** Exercise aim **
Go through the data line by line. Copy each one holding the string "None".
----- Provided data -----
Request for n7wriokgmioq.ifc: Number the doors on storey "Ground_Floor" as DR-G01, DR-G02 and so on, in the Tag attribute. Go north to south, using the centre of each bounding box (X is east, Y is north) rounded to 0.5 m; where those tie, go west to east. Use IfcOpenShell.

First a look at what the model holds.

```python
import ifcopenshell
import ifcopenshell.util.element
import ifcopenshell.util.placement

model = ifcopenshell.open("n7wriokgmioq.ifc")
print(model.schema)
storey = next(s for s in model.by_type("IfcBuildingStorey") if s.Name == "Ground_Floor")
doors = [e for e in ifcopenshell.util.element.get_decomposition(storey) if e.is_a("IfcDoor")]
for e in sorted(doors, key=lambda e: e.id()):
    origin = ifcopenshell.util.placement.get_local_placement(e.ObjectPlacement)[:3, 3]
    print(e.id(), e.Tag, e.Name, origin.round(2) + 0.0, sep=" | ")
```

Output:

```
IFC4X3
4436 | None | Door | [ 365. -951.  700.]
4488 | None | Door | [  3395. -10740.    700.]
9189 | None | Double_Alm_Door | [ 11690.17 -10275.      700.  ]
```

```python
import ifcopenshell
import ifcopenshell.geom
import ifcopenshell.util.element
import ifcopenshell.util.shape

model = ifcopenshell.open("n7wriokgmioq.ifc")
settings = ifcopenshell.geom.settings()
settings.set("use-world-coords", True)


def centre(element):
    shape = ifcopenshell.geom.create_shape(settings, element)
    return ifcopenshell.util.shape.get_bbox_centroid(shape.geometry)


storey = next(s for s in model.by_type("IfcBuildingStorey") if s.Name == "Ground_Floor")
doors = [e for e in ifcopenshell.util.element.get_decomposition(storey) if e.is_a("IfcDoor")]

# Insertion points can sit at a corner or the storey origin, so sort by the geometry (in metres).
centres = {e: centre(e) for e in doors}
doors.sort(key=lambda e: (-round(centres[e][1] / 0.5), centres[e][0]))

for i, e in enumerate(doors, start=1):
    number = f"DR-G{i:02d}"
    e.Tag = number
    print(e.id(), number)

model.write("n7wriokgmioq_edited.ifc")
```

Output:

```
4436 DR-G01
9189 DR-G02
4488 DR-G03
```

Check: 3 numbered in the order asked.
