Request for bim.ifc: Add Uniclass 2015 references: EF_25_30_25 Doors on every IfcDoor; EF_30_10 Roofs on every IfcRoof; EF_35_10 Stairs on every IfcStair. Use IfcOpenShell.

First a look at what the model holds.

```python
import ifcopenshell

model = ifcopenshell.open("bim.ifc")
print(model.schema)
print("classifications:", [c.Name for c in model.by_type("IfcClassification")])
for ifc_class in ("IfcDoor", "IfcRoof", "IfcStair", "IfcWall", "IfcWindow"):
    print(ifc_class, len(model.by_type(ifc_class)))
```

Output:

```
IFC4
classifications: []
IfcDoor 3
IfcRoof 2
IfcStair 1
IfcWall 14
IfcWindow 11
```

```python
import ifcopenshell
import ifcopenshell.api.classification

model = ifcopenshell.open("bim.ifc")

system = ifcopenshell.api.classification.add_classification(model, classification="Uniclass 2015")

codes = {
    "IfcDoor": ("EF_25_30_25", "Doors"),
    "IfcRoof": ("EF_30_10", "Roofs"),
    "IfcStair": ("EF_35_10", "Stairs"),
}
for ifc_class, (code, name) in codes.items():
    products = model.by_type(ifc_class)
    ifcopenshell.api.classification.add_reference(
        model, products=products, classification=system, identification=code, name=name
    )
    print(code, len(products))

model.write("bim_v2.ifc")
```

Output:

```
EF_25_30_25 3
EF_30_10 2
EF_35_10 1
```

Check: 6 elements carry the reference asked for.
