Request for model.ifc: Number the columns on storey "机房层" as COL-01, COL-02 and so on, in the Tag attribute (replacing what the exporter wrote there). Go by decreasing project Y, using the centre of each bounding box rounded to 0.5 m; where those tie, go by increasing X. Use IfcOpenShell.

First a look at what the model holds.

```python
import ifcopenshell
import ifcopenshell.util.element
import ifcopenshell.util.placement

model = ifcopenshell.open("model.ifc")
print(model.schema)
storey = next(s for s in model.by_type("IfcBuildingStorey") if s.Name == "机房层")
columns = [e for e in ifcopenshell.util.element.get_decomposition(storey) if e.is_a("IfcColumn")]
for e in sorted(columns, key=lambda e: e.id()):
    origin = ifcopenshell.util.placement.get_local_placement(e.ObjectPlacement)[:3, 3]
    print(e.id(), e.Tag, e.Name, origin.round(2) + 0.0, sep=" | ")
```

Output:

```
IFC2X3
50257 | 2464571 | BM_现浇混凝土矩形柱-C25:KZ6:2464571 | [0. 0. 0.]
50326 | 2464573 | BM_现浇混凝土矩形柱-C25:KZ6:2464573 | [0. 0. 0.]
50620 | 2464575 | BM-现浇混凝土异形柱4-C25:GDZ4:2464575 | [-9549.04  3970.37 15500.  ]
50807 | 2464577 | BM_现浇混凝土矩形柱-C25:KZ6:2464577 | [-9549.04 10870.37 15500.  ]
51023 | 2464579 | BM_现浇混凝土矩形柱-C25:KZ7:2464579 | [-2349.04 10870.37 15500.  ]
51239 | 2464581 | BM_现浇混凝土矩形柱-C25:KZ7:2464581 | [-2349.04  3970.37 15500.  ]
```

```python
import ifcopenshell
import ifcopenshell.geom
import ifcopenshell.util.element
import ifcopenshell.util.shape

model = ifcopenshell.open("model.ifc")
settings = ifcopenshell.geom.settings()
settings.set("use-world-coords", True)


def centre(element):
    shape = ifcopenshell.geom.create_shape(settings, element)
    return ifcopenshell.util.shape.get_bbox_centroid(shape.geometry)


storey = next(s for s in model.by_type("IfcBuildingStorey") if s.Name == "机房层")
columns = [e for e in ifcopenshell.util.element.get_decomposition(storey) if e.is_a("IfcColumn")]

# Insertion points can sit at a corner or the storey origin, so sort by the geometry (in metres).
centres = {e: centre(e) for e in columns}
columns.sort(key=lambda e: (-round(centres[e][1] / 0.5), centres[e][0]))

for i, e in enumerate(columns, start=1):
    number = f"COL-{i:02d}"
    e.Tag = number
    print(e.id(), number)

model.write("model_rev.ifc")
```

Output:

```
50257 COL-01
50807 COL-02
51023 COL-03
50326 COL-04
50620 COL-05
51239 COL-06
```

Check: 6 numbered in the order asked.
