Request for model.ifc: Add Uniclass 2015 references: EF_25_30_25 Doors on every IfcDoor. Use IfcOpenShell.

First a look at what the model holds.

```python
import ifcopenshell

model = ifcopenshell.open("model.ifc")
print(model.schema)
print("classifications:", [c.Name for c in model.by_type("IfcClassification")])
for ifc_class in ("IfcDoor", "IfcRoof", "IfcStair", "IfcWall", "IfcWindow"):
    print(ifc_class, len(model.by_type(ifc_class)))
```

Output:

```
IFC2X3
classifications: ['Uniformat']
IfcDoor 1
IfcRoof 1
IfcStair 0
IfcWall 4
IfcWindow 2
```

```python
import ifcopenshell
import ifcopenshell.api.classification

model = ifcopenshell.open("model.ifc")

# IFC2X3 requires Source and Edition and has no link from the project to the system.
system = model.create_entity("IfcClassification", Source="NBS", Edition="2015", Name="Uniclass 2015")

codes = {
    "IfcDoor": ("EF_25_30_25", "Doors"),
}
for ifc_class, (code, name) in codes.items():
    products = model.by_type(ifc_class)
    ifcopenshell.api.classification.add_reference(
        model, products=products, classification=system, identification=code, name=name
    )
    print(code, len(products))

model.write("model_v2.ifc")
```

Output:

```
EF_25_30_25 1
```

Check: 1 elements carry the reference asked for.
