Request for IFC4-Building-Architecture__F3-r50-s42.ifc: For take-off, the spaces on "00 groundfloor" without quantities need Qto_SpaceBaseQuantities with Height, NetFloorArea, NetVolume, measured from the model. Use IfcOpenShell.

First a look at what the model holds.

```python
import ifcopenshell
import ifcopenshell.util.element
import ifcopenshell.util.unit

model = ifcopenshell.open("IFC4-Building-Architecture__F3-r50-s42.ifc")
print(model.schema)
for unit_type in ("LENGTHUNIT", "AREAUNIT", "VOLUMEUNIT"):
    print(unit_type, ifcopenshell.util.unit.calculate_unit_scale(model, unit_type))
storey = next(s for s in model.by_type("IfcBuildingStorey") if s.Name == "00 groundfloor")
spaces = [e for e in ifcopenshell.util.element.get_decomposition(storey) if e.is_a("IfcSpace")]
for e in sorted(spaces, key=lambda e: e.id()):
    print(e.id(), e.is_a(), e.Name, list(ifcopenshell.util.element.get_psets(e, qtos_only=True)), sep=" | ")
```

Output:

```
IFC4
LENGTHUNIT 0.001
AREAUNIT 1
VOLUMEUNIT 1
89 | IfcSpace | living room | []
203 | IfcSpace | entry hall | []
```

```python
import ifcopenshell
import ifcopenshell.api.pset
import ifcopenshell.geom
import ifcopenshell.util.element
import ifcopenshell.util.shape
import ifcopenshell.util.unit

model = ifcopenshell.open("IFC4-Building-Architecture__F3-r50-s42.ifc")
unit_scale = ifcopenshell.util.unit.calculate_unit_scale(model)
area_scale = ifcopenshell.util.unit.calculate_unit_scale(model, "AREAUNIT")
volume_scale = ifcopenshell.util.unit.calculate_unit_scale(model, "VOLUMEUNIT")
settings = ifcopenshell.geom.settings()

storey = next(s for s in model.by_type("IfcBuildingStorey") if s.Name == "00 groundfloor")
spaces = [e for e in ifcopenshell.util.element.get_decomposition(storey) if e.is_a("IfcSpace")]

for e in sorted(spaces, key=lambda e: e.id()):
    if ifcopenshell.util.element.get_psets(e, qtos_only=True, should_inherit=False):
        continue
    # Geometry comes back in metres, in the element's own axes.
    shape = ifcopenshell.geom.create_shape(settings, e)
    values = {
        "Height": ifcopenshell.util.shape.get_z(shape.geometry) / unit_scale,
        "NetFloorArea": ifcopenshell.util.shape.get_footprint_area(shape.geometry) / area_scale,
        "NetVolume": ifcopenshell.util.shape.get_volume(shape.geometry) / volume_scale,
    }
    qto = ifcopenshell.api.pset.add_qto(model, product=e, name="Qto_SpaceBaseQuantities")
    ifcopenshell.api.pset.edit_qto(model, qto=qto, properties=values)
    print(e.id(), {k: round(v, 3) for k, v in values.items()})

model.write("IFC4-Building-Architecture__F3-r50-s42_rev.ifc")
```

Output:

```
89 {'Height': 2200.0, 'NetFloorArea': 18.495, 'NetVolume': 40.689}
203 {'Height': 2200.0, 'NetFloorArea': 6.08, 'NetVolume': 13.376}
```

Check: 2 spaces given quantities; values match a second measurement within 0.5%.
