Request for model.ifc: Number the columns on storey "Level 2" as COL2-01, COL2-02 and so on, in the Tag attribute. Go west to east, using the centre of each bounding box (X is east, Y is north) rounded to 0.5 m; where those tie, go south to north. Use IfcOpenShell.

First a look at what the model holds.

```python
import ifcopenshell
import ifcopenshell.util.element
import ifcopenshell.util.placement

model = ifcopenshell.open("model.ifc")
print(model.schema)
storey = next(s for s in model.by_type("IfcBuildingStorey") if s.Name == "Level 2")
columns = [e for e in ifcopenshell.util.element.get_decomposition(storey) if e.is_a("IfcColumn")]
for e in sorted(columns, key=lambda e: e.id()):
    origin = ifcopenshell.util.placement.get_local_placement(e.ObjectPlacement)[:3, 3]
    print(e.id(), e.Tag, e.Name, origin.round(2) + 0.0, sep=" | ")
```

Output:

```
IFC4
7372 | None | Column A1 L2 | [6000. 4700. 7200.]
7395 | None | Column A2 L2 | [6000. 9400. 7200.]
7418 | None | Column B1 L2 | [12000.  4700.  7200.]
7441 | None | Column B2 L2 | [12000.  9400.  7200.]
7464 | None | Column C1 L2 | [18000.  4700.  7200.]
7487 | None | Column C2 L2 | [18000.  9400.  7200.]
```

```python
import ifcopenshell
import ifcopenshell.geom
import ifcopenshell.util.element
import ifcopenshell.util.shape

model = ifcopenshell.open("model.ifc")
settings = ifcopenshell.geom.settings()
settings.set("use-world-coords", True)


def centre(element):
    shape = ifcopenshell.geom.create_shape(settings, element)
    return ifcopenshell.util.shape.get_bbox_centroid(shape.geometry)


storey = next(s for s in model.by_type("IfcBuildingStorey") if s.Name == "Level 2")
columns = [e for e in ifcopenshell.util.element.get_decomposition(storey) if e.is_a("IfcColumn")]

# Insertion points can sit at a corner or the storey origin, so sort by the geometry (in metres).
centres = {e: centre(e) for e in columns}
columns.sort(key=lambda e: (round(centres[e][0] / 0.5), centres[e][1]))

for i, e in enumerate(columns, start=1):
    number = f"COL2-{i:02d}"
    e.Tag = number
    print(e.id(), number)

model.write("model-out.ifc")
```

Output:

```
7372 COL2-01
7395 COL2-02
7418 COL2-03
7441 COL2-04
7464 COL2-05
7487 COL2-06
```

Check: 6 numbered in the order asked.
-----
** Solution to the problem **
4436 | None | Door | [ 365. -951.  700.]
4488 | None | Door | [  3395. -10740.    700.]
9189 | None | Double_Alm_Door | [ 11690.17 -10275.      700.  ]
7372 | None | Column A1 L2 | [6000. 4700. 7200.]
7395 | None | Column A2 L2 | [6000. 9400. 7200.]
7418 | None | Column B1 L2 | [12000.  4700.  7200.]
7441 | None | Column B2 L2 | [12000.  9400.  7200.]
7464 | None | Column C1 L2 | [18000.  4700.  7200.]
7487 | None | Column C2 L2 | [18000.  9400.  7200.]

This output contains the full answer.